Serving Whitman County since 1877
Gazette Editor
“Keep the McCleary Promise” was enclosed in a logo design which was included in an advertisement in Sunday’s editon of the Spokesman Review. In the center of the logo was “Education is a civil right.” The advertisement encouraged readers to join forces with local educators and voice support for public schools and support the state house budget by calling a legislative hotline.
The bottom of the advertisement listed 26 educators in the eastern region school districts as sponsors. All were officers in Washington Education Association groups or other teachers groups.
“McCleary” is the tag line for what has become the chief assignment for this year’s session of the Washington Legislature, now in an extended session.
McCleary is actually a Supreme Court decision which decrees the State of Washington should pay the costs of basic education for all students in Washington state. McCleary is the last name of two of plaintiffs who sued the state in King County superior court in 2007. They prevailed in 2010 and an appeal went to the Supreme Court.
That decision was confirmed by the Supreme Court after hearing the appeal in June of 2011. The court never told the legislature how to get state funds directly hooked to cover all basic education.
Prompting the legislature to solve McCleary this year was a court order in August of 2015 which decrees the state should be fined $100,000 a day for not complying with its decision. In its statement on the McCleary decree, the Washington Education Association pointed out the state had rolled up $40 million in fines, a sum which could otherwise have been used by the state to comply with the court order.
The Republican majority in the State Senate and the Democratic majority in the House of Representatives are in a deadlock on how to fund McCleary.
What has evolved over the years is a funding structure in which districts with a bountiful tax base wind up with more funds to finance schools. Some of this takes the form of special levies which are used to bolster operating budgets.

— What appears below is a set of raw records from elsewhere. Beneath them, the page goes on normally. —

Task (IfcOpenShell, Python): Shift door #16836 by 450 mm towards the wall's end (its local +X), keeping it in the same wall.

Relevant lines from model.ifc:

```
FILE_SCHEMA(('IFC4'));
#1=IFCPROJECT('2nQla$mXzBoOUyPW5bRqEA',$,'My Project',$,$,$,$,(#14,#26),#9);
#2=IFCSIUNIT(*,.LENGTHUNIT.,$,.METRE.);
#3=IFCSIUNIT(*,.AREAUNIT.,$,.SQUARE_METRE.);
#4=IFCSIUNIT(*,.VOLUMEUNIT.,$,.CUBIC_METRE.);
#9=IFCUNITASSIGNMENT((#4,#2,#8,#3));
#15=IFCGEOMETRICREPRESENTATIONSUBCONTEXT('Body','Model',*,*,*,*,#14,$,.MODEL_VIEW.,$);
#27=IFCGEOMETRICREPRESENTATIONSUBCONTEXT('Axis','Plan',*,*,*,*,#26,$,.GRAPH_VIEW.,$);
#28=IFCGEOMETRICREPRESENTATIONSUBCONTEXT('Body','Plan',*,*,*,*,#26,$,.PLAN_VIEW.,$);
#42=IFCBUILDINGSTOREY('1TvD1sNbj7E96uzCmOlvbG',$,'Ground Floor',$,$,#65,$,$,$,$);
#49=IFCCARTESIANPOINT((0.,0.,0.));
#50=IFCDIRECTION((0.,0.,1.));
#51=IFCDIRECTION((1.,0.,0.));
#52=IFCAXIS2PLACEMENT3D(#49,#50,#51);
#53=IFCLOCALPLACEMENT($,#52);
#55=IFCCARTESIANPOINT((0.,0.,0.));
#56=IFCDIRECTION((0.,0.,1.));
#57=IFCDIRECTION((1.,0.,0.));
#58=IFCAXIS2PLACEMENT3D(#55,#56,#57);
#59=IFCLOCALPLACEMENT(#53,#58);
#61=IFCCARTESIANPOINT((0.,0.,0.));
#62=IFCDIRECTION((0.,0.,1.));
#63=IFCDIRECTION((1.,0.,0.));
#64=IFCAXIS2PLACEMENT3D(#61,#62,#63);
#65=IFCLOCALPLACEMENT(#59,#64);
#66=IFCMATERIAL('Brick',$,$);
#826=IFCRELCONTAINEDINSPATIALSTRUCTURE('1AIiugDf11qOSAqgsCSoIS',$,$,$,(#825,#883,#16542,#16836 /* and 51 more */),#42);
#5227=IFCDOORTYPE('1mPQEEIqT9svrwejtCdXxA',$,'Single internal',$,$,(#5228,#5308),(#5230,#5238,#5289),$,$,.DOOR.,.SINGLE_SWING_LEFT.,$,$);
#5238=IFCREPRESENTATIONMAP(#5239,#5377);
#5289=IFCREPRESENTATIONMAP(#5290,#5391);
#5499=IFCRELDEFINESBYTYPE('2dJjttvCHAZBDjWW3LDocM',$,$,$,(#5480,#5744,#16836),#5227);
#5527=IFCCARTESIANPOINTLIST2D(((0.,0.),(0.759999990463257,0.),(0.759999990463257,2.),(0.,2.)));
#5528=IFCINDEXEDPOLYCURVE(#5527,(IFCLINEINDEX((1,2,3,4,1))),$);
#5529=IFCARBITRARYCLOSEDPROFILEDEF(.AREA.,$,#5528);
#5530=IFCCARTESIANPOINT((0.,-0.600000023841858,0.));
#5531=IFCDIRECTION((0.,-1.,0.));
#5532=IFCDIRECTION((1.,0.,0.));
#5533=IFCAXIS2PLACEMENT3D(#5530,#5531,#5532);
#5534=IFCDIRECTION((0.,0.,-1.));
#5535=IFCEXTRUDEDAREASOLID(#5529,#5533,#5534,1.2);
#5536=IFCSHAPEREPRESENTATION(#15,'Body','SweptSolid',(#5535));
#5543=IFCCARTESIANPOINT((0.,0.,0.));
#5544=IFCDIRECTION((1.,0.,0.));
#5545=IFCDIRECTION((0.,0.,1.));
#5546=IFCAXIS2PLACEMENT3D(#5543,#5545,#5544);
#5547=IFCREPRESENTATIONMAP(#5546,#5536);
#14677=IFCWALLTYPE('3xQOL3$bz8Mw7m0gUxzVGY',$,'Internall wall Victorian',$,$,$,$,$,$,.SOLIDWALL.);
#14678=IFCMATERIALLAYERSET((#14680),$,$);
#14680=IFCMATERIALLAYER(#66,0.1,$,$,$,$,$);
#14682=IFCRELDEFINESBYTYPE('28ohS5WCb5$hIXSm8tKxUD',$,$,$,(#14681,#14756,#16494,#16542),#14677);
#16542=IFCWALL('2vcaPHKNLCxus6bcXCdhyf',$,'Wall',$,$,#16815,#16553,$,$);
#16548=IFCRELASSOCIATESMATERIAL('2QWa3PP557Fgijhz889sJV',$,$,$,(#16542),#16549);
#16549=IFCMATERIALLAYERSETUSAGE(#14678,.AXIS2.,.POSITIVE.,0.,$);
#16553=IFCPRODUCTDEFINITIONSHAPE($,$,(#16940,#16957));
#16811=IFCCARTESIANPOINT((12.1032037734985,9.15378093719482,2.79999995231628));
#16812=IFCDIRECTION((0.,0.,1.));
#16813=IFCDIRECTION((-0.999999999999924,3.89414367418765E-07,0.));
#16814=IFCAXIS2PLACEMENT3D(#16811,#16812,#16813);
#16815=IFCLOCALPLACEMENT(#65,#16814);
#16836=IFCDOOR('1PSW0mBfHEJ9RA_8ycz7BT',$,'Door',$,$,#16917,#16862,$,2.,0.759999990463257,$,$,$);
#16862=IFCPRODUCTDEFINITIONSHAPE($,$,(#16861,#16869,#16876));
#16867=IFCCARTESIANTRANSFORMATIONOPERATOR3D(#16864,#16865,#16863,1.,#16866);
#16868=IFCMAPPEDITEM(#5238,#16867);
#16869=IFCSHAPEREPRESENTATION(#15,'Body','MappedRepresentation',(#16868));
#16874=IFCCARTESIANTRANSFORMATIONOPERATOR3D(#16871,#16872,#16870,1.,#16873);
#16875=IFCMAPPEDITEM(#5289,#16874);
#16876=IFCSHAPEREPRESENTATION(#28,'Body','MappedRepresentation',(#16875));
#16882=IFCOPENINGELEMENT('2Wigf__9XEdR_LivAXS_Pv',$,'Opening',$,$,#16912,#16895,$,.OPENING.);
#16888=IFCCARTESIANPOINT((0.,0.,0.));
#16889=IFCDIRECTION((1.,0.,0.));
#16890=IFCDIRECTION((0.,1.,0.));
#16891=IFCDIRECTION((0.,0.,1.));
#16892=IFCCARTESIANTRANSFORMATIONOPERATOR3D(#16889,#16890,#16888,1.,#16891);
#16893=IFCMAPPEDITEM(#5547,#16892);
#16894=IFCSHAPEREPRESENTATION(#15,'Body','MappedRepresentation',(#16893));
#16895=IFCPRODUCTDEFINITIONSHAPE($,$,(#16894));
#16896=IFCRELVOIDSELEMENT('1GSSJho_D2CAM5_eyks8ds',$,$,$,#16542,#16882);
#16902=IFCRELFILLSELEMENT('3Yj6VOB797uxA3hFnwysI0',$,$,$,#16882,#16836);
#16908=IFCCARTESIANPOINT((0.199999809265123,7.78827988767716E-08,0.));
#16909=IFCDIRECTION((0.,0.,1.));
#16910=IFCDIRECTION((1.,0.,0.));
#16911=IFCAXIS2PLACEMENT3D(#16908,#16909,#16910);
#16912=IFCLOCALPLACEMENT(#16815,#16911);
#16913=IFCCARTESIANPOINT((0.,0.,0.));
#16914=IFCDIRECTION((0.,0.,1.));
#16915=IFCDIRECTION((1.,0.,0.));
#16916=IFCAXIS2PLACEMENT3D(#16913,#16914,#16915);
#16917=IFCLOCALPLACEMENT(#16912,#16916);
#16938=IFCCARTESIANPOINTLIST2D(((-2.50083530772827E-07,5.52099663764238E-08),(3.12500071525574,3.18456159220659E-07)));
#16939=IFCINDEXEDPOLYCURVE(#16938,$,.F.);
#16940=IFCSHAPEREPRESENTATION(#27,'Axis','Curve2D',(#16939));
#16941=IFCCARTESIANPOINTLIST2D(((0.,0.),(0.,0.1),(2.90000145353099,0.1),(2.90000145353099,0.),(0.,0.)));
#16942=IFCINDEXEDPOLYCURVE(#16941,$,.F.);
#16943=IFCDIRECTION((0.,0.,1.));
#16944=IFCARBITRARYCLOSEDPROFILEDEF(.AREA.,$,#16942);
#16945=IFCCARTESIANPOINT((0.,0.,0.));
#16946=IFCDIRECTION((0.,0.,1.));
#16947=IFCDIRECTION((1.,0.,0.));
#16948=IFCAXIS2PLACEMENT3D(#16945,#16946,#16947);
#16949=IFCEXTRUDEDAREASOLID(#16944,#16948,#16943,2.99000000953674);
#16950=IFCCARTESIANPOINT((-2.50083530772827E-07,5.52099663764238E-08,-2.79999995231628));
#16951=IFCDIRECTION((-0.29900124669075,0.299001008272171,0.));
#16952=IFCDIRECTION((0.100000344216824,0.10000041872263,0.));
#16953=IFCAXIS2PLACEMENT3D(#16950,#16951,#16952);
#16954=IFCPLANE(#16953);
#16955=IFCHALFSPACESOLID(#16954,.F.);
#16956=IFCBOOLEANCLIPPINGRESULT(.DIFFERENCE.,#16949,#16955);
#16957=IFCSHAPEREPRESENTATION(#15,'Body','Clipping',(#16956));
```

```python
import ifcopenshell
import ifcopenshell.api.geometry
import ifcopenshell.util.placement
import ifcopenshell.util.unit

model = ifcopenshell.open("model.ifc")
unit_scale = ifcopenshell.util.unit.calculate_unit_scale(model)

door = model.by_guid("1PSW0mBfHEJ9RA_8ycz7BT")
opening = door.FillsVoids[0].RelatingOpeningElement
wall = opening.VoidsElements[0].RelatingBuildingElement

wall_matrix = ifcopenshell.util.placement.get_local_placement(wall.ObjectPlacement)
shift = wall_matrix[:3, 0] * 0.45 / unit_scale
before = ifcopenshell.util.placement.get_local_placement(door.ObjectPlacement)[:3, 3].copy()

# The door is placed relative to its opening, so it follows when the opening moves.
matrix = ifcopenshell.util.placement.get_local_placement(opening.ObjectPlacement)
matrix[:3, 3] += shift
ifcopenshell.api.geometry.edit_object_placement(
    model, product=opening, matrix=matrix, is_si=False, should_transform_children=True
)

after = ifcopenshell.util.placement.get_local_placement(door.ObjectPlacement)[:3, 3]
print("door moved by", (after - before).round(3) + 0.0)

model.write("model_v2.ifc")
```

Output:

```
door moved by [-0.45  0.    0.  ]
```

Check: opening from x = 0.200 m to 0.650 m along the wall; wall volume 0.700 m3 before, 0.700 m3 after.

In January, the Republicans in the senate rolled out their answer. A key was to have districts all over the state install a levy at the same rate. The revenue would go to the state and be distributed out to all the districts on a per student rate.
One predicted impact would be higher tax bills in districts with high valuation bases and low levy rates. Seattle envisioned a levy bump of 48 cents per $1,000 assessed. In effect, more funds would come out of the Seattle district’s tax base and eventually be distributed by the state to rural school districts with higher levy rates.
The senate solution was described as a “trojan horse” by a top WEA official.
Gov. Jay Inslee in December took the initiative for the Democrats with a proposed $4 billion in new taxes with hikes on business and occupation taxes for accountants and attorneys, a carbon emissions tax, and a 7.9 percent tax for capital gains earning more than $25,000.
Inslee’s plan would drop special levies in 119 of the state’s 225 districts, but, with the new money, no district would see an increase on its school tax bill.
Sen. Mark Schoesler, senate majority leader for the ninth district, labeled Inslee’s plan as “far and away the single biggest tax increase in state history.”
House Majority Leader Pat Sullivan, a Democrat from Covington, at that time said he appreciated that Inslee did not shy away from dealing with teacher pay.
A budget update issued last week by House Democrats quoted a non-partisan comparison of the two opposing budget proposals at this stage:
The average funding increase per student in school year 2020-21 (when both plans would be fully implemented) would be $2,926 under the Democratic house plan and only $1,913 under the Republican plan. Total net new funding statewide over the next four school years would be $8.5 billion under the Democratic plan, and only $4.5 billion under the Republican plan.